# Wedding Photos!



## ThatFatGirl (Jan 20, 2007)

Gottfried (formerking) and I were married on Saturday, January 13 in Cleveland. It was simple and wonderful. I told everyone to wear what they want and be comfortable. All four of my nieces participated in the ceremony. Unfortunately, none of Gottfried's family were able to come from Germany, but we have video to send them soon.

Here is the first batch of photos from yet another Dim Chat success story!

Love the proud aunt goofy expression on my face.. I was _this close _to bawling.






More of the ceremony...





After the ceremony...





Waiting.. and waiting for dinner to be served... I was starting to worry the guests were getting restless.





Doing what we do best..  





Dancing after dinner (and more making out)...





The cake! It not only looked good but was yummy too.


----------



## SummerG (Jan 20, 2007)

You made the most RADIANT of brides! Congratulations to you both!


----------



## Santaclear (Jan 20, 2007)

That looks very sweet. I wish you both many healthy and happy years together! 
 :wubu:


----------



## Dark_Hart (Jan 20, 2007)

awwww how sweet..so romantic :blush: 

Congratulations to you both :wubu: 

kisses, :kiss2: 
Dark_Hart


----------



## 1300 Class (Jan 20, 2007)

Congratulations to you both, on your fine day.


----------



## wistful (Jan 20, 2007)

Congrats!!You looked beautiful. I love your dress as I'm a huge fan of non-traditional wedding dresses and the shade you chose is just so pretty. I'm also in complete awe of how you matched your dress with that amazing looking cake!


----------



## Krissy12 (Jan 20, 2007)

Aww, you both look so happy! It looked like such a fun and happy day for you both!
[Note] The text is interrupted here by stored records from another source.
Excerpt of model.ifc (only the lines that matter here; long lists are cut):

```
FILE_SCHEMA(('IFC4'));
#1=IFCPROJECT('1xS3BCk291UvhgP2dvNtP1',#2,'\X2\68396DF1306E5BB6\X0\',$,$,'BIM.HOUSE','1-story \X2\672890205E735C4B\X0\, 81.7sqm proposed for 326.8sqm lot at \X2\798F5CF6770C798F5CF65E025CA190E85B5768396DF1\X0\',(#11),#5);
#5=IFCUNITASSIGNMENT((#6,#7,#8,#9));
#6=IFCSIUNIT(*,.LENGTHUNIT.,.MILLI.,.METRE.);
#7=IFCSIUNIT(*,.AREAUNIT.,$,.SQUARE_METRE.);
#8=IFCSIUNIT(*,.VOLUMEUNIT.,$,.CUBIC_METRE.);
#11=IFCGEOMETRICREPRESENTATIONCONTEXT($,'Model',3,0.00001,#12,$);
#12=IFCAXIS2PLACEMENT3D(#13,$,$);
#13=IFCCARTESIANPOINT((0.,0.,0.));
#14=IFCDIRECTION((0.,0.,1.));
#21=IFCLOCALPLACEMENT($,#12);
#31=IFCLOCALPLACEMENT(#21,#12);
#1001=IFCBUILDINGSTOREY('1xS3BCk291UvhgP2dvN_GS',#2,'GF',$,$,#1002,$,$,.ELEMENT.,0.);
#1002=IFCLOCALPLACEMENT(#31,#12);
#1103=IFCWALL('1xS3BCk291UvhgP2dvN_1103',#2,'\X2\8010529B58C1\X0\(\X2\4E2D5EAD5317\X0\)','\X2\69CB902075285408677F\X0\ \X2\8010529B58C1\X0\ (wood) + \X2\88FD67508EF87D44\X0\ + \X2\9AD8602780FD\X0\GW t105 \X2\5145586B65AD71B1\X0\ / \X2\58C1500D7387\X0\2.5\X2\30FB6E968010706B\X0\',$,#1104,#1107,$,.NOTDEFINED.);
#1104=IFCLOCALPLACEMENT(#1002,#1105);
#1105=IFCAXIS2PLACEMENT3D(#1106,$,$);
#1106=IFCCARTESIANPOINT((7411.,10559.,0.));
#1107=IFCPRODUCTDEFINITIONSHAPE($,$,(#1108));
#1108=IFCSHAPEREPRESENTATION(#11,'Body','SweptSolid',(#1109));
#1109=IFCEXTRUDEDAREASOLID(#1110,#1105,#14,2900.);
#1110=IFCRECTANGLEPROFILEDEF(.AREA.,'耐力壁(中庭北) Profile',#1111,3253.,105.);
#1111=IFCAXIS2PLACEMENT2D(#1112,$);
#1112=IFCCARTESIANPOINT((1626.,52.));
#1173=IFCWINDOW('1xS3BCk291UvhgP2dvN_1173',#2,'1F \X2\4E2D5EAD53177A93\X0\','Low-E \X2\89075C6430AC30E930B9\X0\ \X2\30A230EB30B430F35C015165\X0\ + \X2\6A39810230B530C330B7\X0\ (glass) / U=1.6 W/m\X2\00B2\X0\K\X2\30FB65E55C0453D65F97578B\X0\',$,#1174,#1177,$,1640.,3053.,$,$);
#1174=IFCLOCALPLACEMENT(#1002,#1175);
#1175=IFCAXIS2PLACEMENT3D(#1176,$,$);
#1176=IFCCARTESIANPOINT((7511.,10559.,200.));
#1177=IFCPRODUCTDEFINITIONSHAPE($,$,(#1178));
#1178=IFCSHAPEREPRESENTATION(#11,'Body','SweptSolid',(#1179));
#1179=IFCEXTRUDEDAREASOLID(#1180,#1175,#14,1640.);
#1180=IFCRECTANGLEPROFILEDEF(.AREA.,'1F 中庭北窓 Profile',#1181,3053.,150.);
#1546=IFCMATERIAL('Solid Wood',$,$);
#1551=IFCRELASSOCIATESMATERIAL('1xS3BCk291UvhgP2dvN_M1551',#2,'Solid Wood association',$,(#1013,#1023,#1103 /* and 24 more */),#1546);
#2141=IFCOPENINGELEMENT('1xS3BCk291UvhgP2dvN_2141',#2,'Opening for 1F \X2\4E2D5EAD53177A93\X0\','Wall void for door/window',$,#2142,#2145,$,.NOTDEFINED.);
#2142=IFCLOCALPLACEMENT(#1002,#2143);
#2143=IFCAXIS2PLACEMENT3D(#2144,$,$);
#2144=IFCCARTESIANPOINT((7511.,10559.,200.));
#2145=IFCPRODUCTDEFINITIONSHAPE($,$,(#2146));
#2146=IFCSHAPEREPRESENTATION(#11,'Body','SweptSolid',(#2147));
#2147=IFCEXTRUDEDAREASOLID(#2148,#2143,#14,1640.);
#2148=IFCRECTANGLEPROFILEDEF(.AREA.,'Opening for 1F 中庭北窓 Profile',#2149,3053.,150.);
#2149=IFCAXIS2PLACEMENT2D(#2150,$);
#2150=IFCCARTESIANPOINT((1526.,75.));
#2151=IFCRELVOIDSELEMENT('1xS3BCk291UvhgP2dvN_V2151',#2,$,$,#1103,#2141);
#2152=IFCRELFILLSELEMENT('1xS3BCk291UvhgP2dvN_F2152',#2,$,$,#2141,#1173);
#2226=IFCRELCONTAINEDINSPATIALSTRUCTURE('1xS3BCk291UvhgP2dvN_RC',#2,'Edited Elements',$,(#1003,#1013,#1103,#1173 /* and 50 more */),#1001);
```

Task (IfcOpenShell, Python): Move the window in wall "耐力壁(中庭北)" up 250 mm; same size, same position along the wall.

```python
import numpy as np
import ifcopenshell
import ifcopenshell.api.geometry
import ifcopenshell.util.placement
import ifcopenshell.util.unit

model = ifcopenshell.open("model.ifc")
unit_scale = ifcopenshell.util.unit.calculate_unit_scale(model)

window = model.by_id(1173)
opening = window.FillsVoids[0].RelatingOpeningElement
dz = 250.0

shift = np.array([0.0, 0.0, dz])
# The window is not placed relative to its opening, so move both.
for product in (opening, window):
    matrix = ifcopenshell.util.placement.get_local_placement(product.ObjectPlacement)
    matrix[:3, 3] += shift
    ifcopenshell.api.geometry.edit_object_placement(model, product=product, matrix=matrix, is_si=False)

print(f"moved by {dz * unit_scale:+.3f} m")

model.write("model_rev.ifc")
```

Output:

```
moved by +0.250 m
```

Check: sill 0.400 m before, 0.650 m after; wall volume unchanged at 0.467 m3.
Congrats!


----------



## GPL (Jan 20, 2007)

Congrats you both!!
You two look really happy together.

GPL.


----------



## liz (di-va) (Jan 20, 2007)

This just makes me kvell! You look so gorgeous, TFG. And happy. Love the flower in your hair.


----------



## fatgirl33 (Jan 20, 2007)

Congrats to you both! Everything looked absolutely beautiful in the photos, thank you for sharing.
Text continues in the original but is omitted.